Bit Worried

Feeling a bit scared at the moment, this may be long so i apologise in advance

I’ve had “weird” symptoms for more years than i care to remember, but as per didnt want to bother anyone with them.

Well, two years ago i had yet another fall, totally out of the blue at the my daughters.

i landed on my shoulder sideways and at first i wasnt too bad. i had an mri eventually, (almost a year later). it showed a bit of damage and pinched nerves. so had physio set up.

things started changing and i will list what has happened since. maybe someone out there can offer me some advice? support?.

Tingling started in my right hand nov/dec 2016, it has spread now to both hands and arms (complete numbness) underarms, breasts, a ring of numbness around upper torso which sometimes feels really tight like a tight belt. also bottom of my tummy is numb and my buttocks,thight, and shins, soles of feet are also numb, and my bladder and bowel are misbehaving, i wee a lot and dont always make it to the loo and if i need to poo i really need to get there!.

i sometimes get blurred vision, and blink a lot to try to clear it (which it eventually does)

i have really painful cramps and spasms to the point my hands will fold inwards and i cant use them and i have to wait until they "undo " themselves. same happens with toes .

over the past 10 years ive had a lot of falls, but now i also drop things, i guess because of my numb hands?

blance is iffy but managable, feelings of abject fatigue most days , also feeling of electric shocks in lots of different parts of my body but particularly my arms and hands and feet. the pain is awful!

i get a buzzing feeling (only way to describe it) in my right leg and foot and my foot will jerk all over the place and stops me sleeping sometimes, i also have itchy skin feeling like insects crawling over me sometimes, hands are shaky typing or writing is difficult, when i stand from sitting my body will shake all over for a few seconds then it stops i blanace myself to walk and im fine.

also i can no longer orgasm.

any thoughts appreciated, i have just been referred to a neurologist and my appointment is 27th april 2017.

Hello Laine

You do seem to have quite a lot of symptoms which could be neurological. Do keep in mind though, that MS has a very long potential list of symptoms, many of which are shared with other diseases/disorders.

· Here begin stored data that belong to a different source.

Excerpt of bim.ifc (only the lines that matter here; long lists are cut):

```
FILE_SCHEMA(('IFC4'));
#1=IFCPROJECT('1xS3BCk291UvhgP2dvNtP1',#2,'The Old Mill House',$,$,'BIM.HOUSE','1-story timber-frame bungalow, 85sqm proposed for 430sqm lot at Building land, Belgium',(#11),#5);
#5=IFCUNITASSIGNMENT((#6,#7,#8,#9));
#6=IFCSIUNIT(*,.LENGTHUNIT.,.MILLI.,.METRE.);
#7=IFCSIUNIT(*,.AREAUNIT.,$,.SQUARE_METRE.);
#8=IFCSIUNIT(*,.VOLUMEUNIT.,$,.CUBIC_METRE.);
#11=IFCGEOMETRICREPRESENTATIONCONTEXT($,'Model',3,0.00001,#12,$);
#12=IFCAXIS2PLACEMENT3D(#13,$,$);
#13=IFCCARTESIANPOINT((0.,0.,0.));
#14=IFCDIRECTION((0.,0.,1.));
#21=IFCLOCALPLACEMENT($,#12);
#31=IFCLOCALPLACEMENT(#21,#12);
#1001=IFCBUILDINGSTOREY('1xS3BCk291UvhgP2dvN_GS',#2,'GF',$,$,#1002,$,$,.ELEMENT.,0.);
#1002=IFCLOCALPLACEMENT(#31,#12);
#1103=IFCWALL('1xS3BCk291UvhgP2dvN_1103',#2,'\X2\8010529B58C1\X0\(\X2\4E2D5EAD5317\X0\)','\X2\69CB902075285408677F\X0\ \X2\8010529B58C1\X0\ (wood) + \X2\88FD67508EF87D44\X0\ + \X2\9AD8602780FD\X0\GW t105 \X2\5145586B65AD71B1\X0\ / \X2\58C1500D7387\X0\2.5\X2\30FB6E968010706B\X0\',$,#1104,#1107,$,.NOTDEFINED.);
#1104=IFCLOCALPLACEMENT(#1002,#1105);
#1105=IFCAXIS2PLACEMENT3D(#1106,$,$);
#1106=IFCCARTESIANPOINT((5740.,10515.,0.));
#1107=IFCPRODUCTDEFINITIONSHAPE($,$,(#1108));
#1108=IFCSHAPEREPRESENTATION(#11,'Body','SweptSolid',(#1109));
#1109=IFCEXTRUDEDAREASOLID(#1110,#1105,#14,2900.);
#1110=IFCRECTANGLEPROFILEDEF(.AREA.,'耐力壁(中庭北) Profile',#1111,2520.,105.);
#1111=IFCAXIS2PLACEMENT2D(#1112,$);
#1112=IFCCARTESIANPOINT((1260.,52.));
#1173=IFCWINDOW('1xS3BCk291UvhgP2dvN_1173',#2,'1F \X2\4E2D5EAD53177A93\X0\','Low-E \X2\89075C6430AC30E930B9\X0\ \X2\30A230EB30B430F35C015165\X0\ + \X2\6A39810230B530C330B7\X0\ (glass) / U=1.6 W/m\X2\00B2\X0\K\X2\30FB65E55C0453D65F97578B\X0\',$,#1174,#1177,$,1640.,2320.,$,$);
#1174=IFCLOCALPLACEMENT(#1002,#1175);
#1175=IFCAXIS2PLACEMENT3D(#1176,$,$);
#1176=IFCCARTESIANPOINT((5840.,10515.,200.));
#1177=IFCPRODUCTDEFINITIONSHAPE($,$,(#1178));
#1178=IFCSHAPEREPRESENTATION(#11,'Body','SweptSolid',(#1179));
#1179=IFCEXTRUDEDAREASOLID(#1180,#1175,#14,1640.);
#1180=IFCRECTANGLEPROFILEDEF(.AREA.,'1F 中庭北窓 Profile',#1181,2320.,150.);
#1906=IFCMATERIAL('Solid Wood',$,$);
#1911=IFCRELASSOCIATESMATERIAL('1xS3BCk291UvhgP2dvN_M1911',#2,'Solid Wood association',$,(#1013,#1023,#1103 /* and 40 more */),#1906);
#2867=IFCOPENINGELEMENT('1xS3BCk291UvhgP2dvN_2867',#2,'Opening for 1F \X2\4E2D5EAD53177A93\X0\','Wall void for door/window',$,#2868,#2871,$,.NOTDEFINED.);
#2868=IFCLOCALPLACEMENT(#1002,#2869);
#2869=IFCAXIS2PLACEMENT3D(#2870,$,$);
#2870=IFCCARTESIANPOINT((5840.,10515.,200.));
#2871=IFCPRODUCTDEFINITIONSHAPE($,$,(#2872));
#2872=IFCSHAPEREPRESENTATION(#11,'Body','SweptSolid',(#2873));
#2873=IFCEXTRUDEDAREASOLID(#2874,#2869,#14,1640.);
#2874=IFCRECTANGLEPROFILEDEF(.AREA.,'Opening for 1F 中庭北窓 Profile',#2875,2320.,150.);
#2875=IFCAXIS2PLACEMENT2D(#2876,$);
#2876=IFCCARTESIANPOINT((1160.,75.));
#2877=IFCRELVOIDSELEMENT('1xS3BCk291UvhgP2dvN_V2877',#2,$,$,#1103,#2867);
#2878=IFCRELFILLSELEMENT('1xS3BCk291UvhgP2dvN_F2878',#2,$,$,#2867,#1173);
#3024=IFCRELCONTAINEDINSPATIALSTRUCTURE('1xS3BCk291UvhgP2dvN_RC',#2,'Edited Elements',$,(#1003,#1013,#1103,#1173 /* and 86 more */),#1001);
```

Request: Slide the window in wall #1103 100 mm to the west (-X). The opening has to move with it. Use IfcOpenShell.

```python
import ifcopenshell
import ifcopenshell.api.geometry
import ifcopenshell.util.placement

model = ifcopenshell.open("bim.ifc")

window = model.by_guid("1xS3BCk291UvhgP2dvN_1173")
opening = window.FillsVoids[0].RelatingOpeningElement
wall = opening.VoidsElements[0].RelatingBuildingElement

wall_matrix = ifcopenshell.util.placement.get_local_placement(wall.ObjectPlacement)
shift = wall_matrix[:3, 0] * -100.0
before = ifcopenshell.util.placement.get_local_placement(window.ObjectPlacement)[:3, 3].copy()

# The window is not placed relative to its opening, so move both.
for product in (opening, window):
    matrix = ifcopenshell.util.placement.get_local_placement(product.ObjectPlacement)
    matrix[:3, 3] += shift
    ifcopenshell.api.geometry.edit_object_placement(model, product=product, matrix=matrix, is_si=False)

after = ifcopenshell.util.placement.get_local_placement(window.ObjectPlacement)[:3, 3]
print("window moved by", (after - before).round(3) + 0.0)

model.write("bim_updated.ifc")
```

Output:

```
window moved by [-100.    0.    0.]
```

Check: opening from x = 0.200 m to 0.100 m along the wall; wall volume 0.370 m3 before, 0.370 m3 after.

It’s a good thing that you’re seeing the neurologist quite soon. What I’d expect at that appointment is for the neuro to take a verbal history from you of what has happened and when (it’s a good idea to take some notes with you to remind yourself), plus a physical examination (tuning forks, pin pricks, etc). S/he will then determine what tests are appropriate. You may be referred for an MRI test as well as others, perhaps bloods and/or a lumbar puncture.

I can totally understand you feel quite unbalanced at the whole idea of neurological testing. It’s a scary time. Sometimes it’s only when you try to remember exactly what bits of you are going wrong that you tie it all together and come up with a frightening answer. So don’t forget, you don’t have MS until the neurologist has done all their tests and come up with a diagnosis.

Do keep coming on here though. It’s a great place to get support for your various worries whatever your eventual diagnosis.

And if in the end it is MS, it’s not the end of the world. There are drugs to help with symptoms. There are disease modifying drugs to help prevent relapses. And there are therapies to help you maintain what you’ve got physically and cognitively or to improve on where you are right now.

Sue

Thank you so much for replying Ssssue.

i know there can be no reassurances at the moment, but i will definitely let you know how the appointment went with neurologist.